* Exercise objective *
Copy each line below containing "IFCCARTESIANPOINT".

______________________________

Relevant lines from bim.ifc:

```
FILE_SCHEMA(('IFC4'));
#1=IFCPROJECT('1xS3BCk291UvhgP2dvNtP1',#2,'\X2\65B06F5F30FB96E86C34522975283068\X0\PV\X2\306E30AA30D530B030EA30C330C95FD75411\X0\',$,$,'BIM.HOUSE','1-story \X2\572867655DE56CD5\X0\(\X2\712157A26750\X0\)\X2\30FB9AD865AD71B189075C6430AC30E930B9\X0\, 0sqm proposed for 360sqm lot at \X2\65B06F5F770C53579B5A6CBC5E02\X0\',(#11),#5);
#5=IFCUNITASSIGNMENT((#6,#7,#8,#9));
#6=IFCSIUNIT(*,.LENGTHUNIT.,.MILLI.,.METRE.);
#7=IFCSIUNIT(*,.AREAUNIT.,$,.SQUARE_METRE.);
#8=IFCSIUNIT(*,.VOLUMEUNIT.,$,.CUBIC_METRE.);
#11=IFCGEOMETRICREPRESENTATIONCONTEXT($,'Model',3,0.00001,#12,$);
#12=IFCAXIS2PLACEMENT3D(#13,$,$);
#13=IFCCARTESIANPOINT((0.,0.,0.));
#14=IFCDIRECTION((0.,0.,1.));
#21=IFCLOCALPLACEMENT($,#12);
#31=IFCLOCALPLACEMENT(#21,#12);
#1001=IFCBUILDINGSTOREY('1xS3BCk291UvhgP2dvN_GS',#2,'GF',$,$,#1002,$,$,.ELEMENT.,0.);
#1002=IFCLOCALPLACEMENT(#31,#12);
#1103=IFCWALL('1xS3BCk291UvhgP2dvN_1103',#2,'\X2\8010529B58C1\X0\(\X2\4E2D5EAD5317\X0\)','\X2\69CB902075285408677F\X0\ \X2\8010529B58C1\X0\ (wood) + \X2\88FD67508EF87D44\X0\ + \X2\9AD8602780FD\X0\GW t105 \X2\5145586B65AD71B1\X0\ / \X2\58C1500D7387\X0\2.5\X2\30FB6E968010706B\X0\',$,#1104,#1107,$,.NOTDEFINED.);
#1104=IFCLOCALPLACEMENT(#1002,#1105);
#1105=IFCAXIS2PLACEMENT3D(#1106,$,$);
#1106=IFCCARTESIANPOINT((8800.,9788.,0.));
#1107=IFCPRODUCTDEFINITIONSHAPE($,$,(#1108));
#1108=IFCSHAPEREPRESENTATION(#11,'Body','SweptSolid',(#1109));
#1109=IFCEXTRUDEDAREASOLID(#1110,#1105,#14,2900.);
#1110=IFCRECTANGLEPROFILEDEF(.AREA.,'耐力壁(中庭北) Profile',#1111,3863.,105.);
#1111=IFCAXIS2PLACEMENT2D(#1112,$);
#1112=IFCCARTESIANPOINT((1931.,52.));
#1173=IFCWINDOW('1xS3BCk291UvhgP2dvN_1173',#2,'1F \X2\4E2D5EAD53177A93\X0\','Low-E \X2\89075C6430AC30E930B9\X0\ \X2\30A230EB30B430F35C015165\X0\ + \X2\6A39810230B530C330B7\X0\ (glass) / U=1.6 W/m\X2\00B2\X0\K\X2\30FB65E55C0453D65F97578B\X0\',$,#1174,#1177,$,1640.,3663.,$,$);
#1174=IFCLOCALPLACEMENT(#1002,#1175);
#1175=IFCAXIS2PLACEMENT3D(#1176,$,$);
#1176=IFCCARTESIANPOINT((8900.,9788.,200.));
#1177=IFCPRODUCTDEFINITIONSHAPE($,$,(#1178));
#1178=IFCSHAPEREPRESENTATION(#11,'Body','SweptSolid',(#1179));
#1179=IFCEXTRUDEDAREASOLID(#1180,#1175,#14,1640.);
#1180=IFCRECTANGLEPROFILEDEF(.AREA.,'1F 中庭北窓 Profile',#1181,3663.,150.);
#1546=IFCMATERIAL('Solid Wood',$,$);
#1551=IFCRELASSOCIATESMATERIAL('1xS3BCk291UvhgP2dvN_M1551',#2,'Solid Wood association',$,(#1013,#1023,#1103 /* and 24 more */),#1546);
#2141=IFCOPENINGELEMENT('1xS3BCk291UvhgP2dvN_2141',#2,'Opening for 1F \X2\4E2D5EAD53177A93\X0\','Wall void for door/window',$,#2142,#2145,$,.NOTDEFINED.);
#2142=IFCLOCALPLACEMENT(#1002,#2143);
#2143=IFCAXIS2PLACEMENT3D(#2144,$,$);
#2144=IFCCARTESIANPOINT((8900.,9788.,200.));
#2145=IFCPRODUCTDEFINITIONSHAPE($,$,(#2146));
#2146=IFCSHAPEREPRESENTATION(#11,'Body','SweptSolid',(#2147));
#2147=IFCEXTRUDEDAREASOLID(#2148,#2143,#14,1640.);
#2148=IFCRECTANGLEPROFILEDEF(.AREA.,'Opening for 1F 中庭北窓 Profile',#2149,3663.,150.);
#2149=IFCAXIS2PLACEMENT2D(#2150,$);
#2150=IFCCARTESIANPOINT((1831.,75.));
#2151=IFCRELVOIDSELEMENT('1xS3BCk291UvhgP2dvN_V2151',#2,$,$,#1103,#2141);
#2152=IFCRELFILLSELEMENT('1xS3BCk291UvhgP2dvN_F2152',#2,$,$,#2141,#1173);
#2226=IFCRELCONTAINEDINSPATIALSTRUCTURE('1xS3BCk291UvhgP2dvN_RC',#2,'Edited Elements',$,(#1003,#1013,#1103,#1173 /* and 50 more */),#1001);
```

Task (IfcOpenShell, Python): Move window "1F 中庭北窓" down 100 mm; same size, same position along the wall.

```python
import numpy as np
import ifcopenshell
import ifcopenshell.api.geometry
import ifcopenshell.util.placement
import ifcopenshell.util.unit

model = ifcopenshell.open("bim.ifc")
unit_scale = ifcopenshell.util.unit.calculate_unit_scale(model)

window = model.by_guid("1xS3BCk291UvhgP2dvN_1173")
opening = window.FillsVoids[0].RelatingOpeningElement
dz = -100.0

shift = np.array([0.0, 0.0, dz])
# The window is not placed relative to its opening, so move both.
for product in (opening, window):
    matrix = ifcopenshell.util.placement.get_local_placement(product.ObjectPlacement)
    matrix[:3, 3] += shift
    ifcopenshell.api.geometry.edit_object_placement(model, product=product, matrix=matrix, is_si=False)

print(f"moved by {dz * unit_scale:+.3f} m")

model.write("bim_updated.ifc")
```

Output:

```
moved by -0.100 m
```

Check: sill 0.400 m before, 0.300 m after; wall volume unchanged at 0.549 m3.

______________________________

* Reply to the exercise *
#13=IFCCARTESIANPOINT((0.,0.,0.));
#1106=IFCCARTESIANPOINT((8800.,9788.,0.));
#1112=IFCCARTESIANPOINT((1931.,52.));
#1176=IFCCARTESIANPOINT((8900.,9788.,200.));
#2144=IFCCARTESIANPOINT((8900.,9788.,200.));
#2150=IFCCARTESIANPOINT((1831.,75.));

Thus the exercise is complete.